Friday, September 28, 2007

Ramadan ramblings

* Authorities in Khenchla, a province (east of Algiers) are looking into reports that donkey and dog meat are being sold to Ramadan shoppers. At a time of year when people are making nightly feasts, a lot of food is being sold and so it's easy to chop up inferior goods into minced meat. This would not be the first time it has happened, either, according to Nadir. A similar case occured two years ago. Nadir remembers that people would bray at residents of the district where the donkey meat had been sold. Hee Haw. It makes me kind of worried, but Del's view is that so long as it tastes good, who care what kind of meat it is. Carrots and melons are looking good to me.

*Our driver Shar invited us last night to his house for Iftar, the evening dinner at which you break fast. This was a big honor and we were excited, not least, because his wife is a great cook and there's nothing like 12 hours of fasting to build an appetite.

Shar picked us up and their little house was shining and spotless in that way you know people have gone out of their way for guests. They also had invited their nephew to eat because he is the best student in his English class and he could translate. They had the TV on to catch the first notes of the maghrib, the signal that fasting for the day is over. We started with traditional dates and milk, the meal the prophet Muhammed broke his fast with, spead on a platter on the coffee table in the sitting room and then we moved into their tiny kitchen. It was a little like playing house. The kitchen table was set with an array of platters and there were dishes on the counters and pots on all the burners. The house was filled with a rich, thick smell of day-long cooking. And we dug into a kind of chorba with chicken, brik, burek, pita, salad, Thoum -- which are garlic and meat balls, a stew of lamb and chickpeas, another stew of beef, apricots and prunes in a sweet sauce, lemonade and Coke. They had been cooking for more than five hours.

Well, just as I was thinking, I'm getting full, a wave of weakness overcame me. I thought I was going to faint and so excused myself to the bathroom where I sat with my head between my knees for a while. I was completely white, my lips blue and I was sweating out of control. Even when I went back in, people could tell there was something wrong. It was embarassing. I basically was intoxicated with food after eating all that rich stuff on an empty stomach! The sensation happily didn't last too long, a little sweetened tea and I was flesh-colored again but I did not eat any of the fruit or cakes that came out next.

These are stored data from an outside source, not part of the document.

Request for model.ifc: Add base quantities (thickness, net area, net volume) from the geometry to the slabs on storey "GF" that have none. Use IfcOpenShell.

First a look at what the model holds.

```python
import ifcopenshell
import ifcopenshell.util.element
import ifcopenshell.util.unit

model = ifcopenshell.open("model.ifc")
print(model.schema)
for unit_type in ("LENGTHUNIT", "AREAUNIT", "VOLUMEUNIT"):
    print(unit_type, ifcopenshell.util.unit.calculate_unit_scale(model, unit_type))
storey = next(s for s in model.by_type("IfcBuildingStorey") if s.Name == "GF")
slabs = [e for e in ifcopenshell.util.element.get_decomposition(storey) if e.is_a("IfcSlab")]
for e in sorted(slabs, key=lambda e: e.id()):
    print(e.id(), e.is_a(), e.Name, list(ifcopenshell.util.element.get_psets(e, qtos_only=True)), sep=" | ")
```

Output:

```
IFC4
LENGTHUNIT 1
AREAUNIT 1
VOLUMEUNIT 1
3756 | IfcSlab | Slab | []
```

```python
import ifcopenshell
import ifcopenshell.api.pset
import ifcopenshell.geom
import ifcopenshell.util.element
import ifcopenshell.util.shape
import ifcopenshell.util.unit

model = ifcopenshell.open("model.ifc")
unit_scale = ifcopenshell.util.unit.calculate_unit_scale(model)
area_scale = ifcopenshell.util.unit.calculate_unit_scale(model, "AREAUNIT")
volume_scale = ifcopenshell.util.unit.calculate_unit_scale(model, "VOLUMEUNIT")
settings = ifcopenshell.geom.settings()

storey = next(s for s in model.by_type("IfcBuildingStorey") if s.Name == "GF")
slabs = [e for e in ifcopenshell.util.element.get_decomposition(storey) if e.is_a("IfcSlab")]

for e in sorted(slabs, key=lambda e: e.id()):
    if ifcopenshell.util.element.get_psets(e, qtos_only=True, should_inherit=False):
        continue
    # Geometry comes back in metres, in the element's own axes.
    shape = ifcopenshell.geom.create_shape(settings, e)
    values = {
        "Width": ifcopenshell.util.shape.get_z(shape.geometry) / unit_scale,
        "NetArea": ifcopenshell.util.shape.get_footprint_area(shape.geometry) / area_scale,
        "NetVolume": ifcopenshell.util.shape.get_volume(shape.geometry) / volume_scale,
    }
    qto = ifcopenshell.api.pset.add_qto(model, product=e, name="Qto_SlabBaseQuantities")
    ifcopenshell.api.pset.edit_qto(model, qto=qto, properties=values)
    print(e.id(), {k: round(v, 3) for k, v in values.items()})

model.write("model_updated.ifc")
```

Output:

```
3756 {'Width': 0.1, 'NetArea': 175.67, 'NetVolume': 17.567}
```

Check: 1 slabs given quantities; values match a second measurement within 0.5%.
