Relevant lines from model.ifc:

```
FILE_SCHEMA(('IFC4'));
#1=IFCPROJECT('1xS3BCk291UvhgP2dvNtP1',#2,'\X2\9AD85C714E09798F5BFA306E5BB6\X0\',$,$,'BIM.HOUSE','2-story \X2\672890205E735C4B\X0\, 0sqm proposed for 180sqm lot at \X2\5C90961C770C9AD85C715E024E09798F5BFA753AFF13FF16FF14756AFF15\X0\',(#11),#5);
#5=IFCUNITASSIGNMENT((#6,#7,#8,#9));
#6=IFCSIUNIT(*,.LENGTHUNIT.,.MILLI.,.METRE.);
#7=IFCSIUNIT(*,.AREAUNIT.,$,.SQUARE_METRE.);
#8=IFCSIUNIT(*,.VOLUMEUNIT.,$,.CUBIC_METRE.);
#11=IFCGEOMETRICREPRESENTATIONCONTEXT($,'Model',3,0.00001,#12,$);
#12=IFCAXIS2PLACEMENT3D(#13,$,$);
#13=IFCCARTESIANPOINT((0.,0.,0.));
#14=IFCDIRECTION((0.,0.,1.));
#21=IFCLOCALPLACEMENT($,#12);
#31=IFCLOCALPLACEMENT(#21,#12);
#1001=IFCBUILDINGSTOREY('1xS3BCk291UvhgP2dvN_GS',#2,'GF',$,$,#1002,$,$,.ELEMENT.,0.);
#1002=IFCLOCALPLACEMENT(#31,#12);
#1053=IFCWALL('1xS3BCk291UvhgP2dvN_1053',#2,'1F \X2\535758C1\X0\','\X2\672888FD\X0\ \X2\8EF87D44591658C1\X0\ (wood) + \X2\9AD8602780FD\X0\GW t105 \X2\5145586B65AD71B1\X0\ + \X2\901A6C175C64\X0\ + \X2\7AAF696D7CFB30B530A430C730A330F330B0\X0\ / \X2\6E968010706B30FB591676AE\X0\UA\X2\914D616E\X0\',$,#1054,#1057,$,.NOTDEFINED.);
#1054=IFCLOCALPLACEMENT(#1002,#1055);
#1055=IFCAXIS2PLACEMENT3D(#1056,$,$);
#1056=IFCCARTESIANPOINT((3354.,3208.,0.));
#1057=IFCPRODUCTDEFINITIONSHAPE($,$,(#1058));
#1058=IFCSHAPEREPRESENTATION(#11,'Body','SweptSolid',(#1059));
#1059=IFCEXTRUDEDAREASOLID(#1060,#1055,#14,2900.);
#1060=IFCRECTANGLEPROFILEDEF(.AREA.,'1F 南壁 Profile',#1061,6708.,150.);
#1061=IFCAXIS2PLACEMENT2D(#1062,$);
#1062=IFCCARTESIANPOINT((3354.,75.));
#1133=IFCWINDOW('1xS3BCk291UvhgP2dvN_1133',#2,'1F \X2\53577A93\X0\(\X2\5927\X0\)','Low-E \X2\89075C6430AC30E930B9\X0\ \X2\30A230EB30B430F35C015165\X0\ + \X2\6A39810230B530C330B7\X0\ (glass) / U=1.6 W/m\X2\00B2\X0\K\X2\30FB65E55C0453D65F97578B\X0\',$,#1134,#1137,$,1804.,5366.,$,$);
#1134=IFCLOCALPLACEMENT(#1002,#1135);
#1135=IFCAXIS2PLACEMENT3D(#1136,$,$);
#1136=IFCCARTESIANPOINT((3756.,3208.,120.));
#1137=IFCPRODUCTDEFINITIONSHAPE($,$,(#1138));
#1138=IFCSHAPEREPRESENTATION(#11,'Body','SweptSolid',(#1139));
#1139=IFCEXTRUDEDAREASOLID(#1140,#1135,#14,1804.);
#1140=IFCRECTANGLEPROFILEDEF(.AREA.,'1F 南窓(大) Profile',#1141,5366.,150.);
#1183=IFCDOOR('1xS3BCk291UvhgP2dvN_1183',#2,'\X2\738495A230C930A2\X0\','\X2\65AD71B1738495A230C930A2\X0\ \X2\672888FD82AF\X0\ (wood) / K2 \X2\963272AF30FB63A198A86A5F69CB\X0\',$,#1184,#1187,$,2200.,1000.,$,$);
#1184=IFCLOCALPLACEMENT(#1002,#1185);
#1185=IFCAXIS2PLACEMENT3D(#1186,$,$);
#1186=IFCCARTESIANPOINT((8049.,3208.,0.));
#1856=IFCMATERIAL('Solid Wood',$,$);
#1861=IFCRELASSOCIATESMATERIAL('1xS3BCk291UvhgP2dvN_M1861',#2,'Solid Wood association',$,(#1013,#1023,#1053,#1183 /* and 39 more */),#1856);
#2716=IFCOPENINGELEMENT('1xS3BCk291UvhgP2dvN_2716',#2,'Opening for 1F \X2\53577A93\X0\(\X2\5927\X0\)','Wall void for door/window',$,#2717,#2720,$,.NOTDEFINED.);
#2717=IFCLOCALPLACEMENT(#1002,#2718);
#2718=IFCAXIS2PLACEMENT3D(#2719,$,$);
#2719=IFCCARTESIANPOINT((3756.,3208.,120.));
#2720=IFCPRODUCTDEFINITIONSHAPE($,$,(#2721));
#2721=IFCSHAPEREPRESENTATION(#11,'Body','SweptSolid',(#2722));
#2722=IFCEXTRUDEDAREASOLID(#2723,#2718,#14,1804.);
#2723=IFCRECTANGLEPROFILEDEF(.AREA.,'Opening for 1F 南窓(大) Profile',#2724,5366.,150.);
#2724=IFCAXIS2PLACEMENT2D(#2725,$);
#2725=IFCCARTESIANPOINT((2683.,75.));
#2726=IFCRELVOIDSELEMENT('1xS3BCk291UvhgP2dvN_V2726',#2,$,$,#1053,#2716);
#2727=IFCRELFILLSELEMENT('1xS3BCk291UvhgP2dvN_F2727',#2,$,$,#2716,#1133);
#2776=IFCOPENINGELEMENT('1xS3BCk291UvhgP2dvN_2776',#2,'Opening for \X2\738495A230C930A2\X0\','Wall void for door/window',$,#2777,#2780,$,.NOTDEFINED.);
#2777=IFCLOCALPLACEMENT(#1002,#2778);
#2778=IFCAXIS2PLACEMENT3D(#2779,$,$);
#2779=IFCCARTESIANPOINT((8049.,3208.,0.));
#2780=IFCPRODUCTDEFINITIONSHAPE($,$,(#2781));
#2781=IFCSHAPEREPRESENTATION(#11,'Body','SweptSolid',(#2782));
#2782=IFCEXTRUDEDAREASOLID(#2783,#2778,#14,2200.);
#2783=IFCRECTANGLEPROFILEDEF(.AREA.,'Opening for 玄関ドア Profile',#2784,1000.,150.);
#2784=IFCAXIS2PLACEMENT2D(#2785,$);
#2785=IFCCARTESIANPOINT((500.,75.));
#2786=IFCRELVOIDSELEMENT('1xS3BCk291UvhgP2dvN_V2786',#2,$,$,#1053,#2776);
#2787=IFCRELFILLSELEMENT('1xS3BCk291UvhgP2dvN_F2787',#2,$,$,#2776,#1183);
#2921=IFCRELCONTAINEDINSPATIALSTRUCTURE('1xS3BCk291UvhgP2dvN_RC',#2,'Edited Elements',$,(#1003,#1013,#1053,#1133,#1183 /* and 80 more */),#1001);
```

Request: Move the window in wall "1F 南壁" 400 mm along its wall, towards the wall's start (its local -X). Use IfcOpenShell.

```python
import ifcopenshell
import ifcopenshell.api.geometry
import ifcopenshell.util.placement

model = ifcopenshell.open("model.ifc")

window = model.by_guid("1xS3BCk291UvhgP2dvN_1133")
opening = window.FillsVoids[0].RelatingOpeningElement
wall = opening.VoidsElements[0].RelatingBuildingElement

wall_matrix = ifcopenshell.util.placement.get_local_placement(wall.ObjectPlacement)
shift = wall_matrix[:3, 0] * -400.0
before = ifcopenshell.util.placement.get_local_placement(window.ObjectPlacement)[:3, 3].copy()

# The window is not placed relative to its opening, so move both.
for product in (opening, window):
    matrix = ifcopenshell.util.placement.get_local_placement(product.ObjectPlacement)
    matrix[:3, 3] += shift
    ifcopenshell.api.geometry.edit_object_placement(model, product=product, matrix=matrix, is_si=False)

after = ifcopenshell.util.placement.get_local_placement(window.ObjectPlacement)[:3, 3]
print("window moved by", (after - before).round(3) + 0.0)

model.write("model_edited.ifc")
```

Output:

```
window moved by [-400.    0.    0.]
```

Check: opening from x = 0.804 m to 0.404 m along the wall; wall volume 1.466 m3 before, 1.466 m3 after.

Because I have always eaten and eaten lots, this reaction to food after fasting, the heat, the speed of metabolism kicking in, is fascinating. We also are realizing that we can't eat as much. We made soup and meat the other night and decided after the soup that was enough, for example.

We are going to buy flowers and get Nadir to help us with a thank you note in Arabic for the great evening.
*Our colleague Salleh Eddine was telling us how his 4-year-old daughter is insisting on fasting. That raised the question of how you get children started in this religious rule. There is no age at which children must start, but the usual time seems to be aroud 8 or 9 when children want to be like their grown-ups around them. Parents encourage their children to observe the fast -- but only so long as they can. If they go four hours than eat, good that's a start. As they get closer to the full amount of time -- say 9 hours, parents will urge them to try to hold out a little longer before eating. And for children who observe fasting for the first time there is praise,celebration and small rewards -- a little silver ring in some places, special juice in others, a change to eat dinner with the grown ups sometimes. It's kind of like potty-training at home. You make a fuss over the child who gets it right.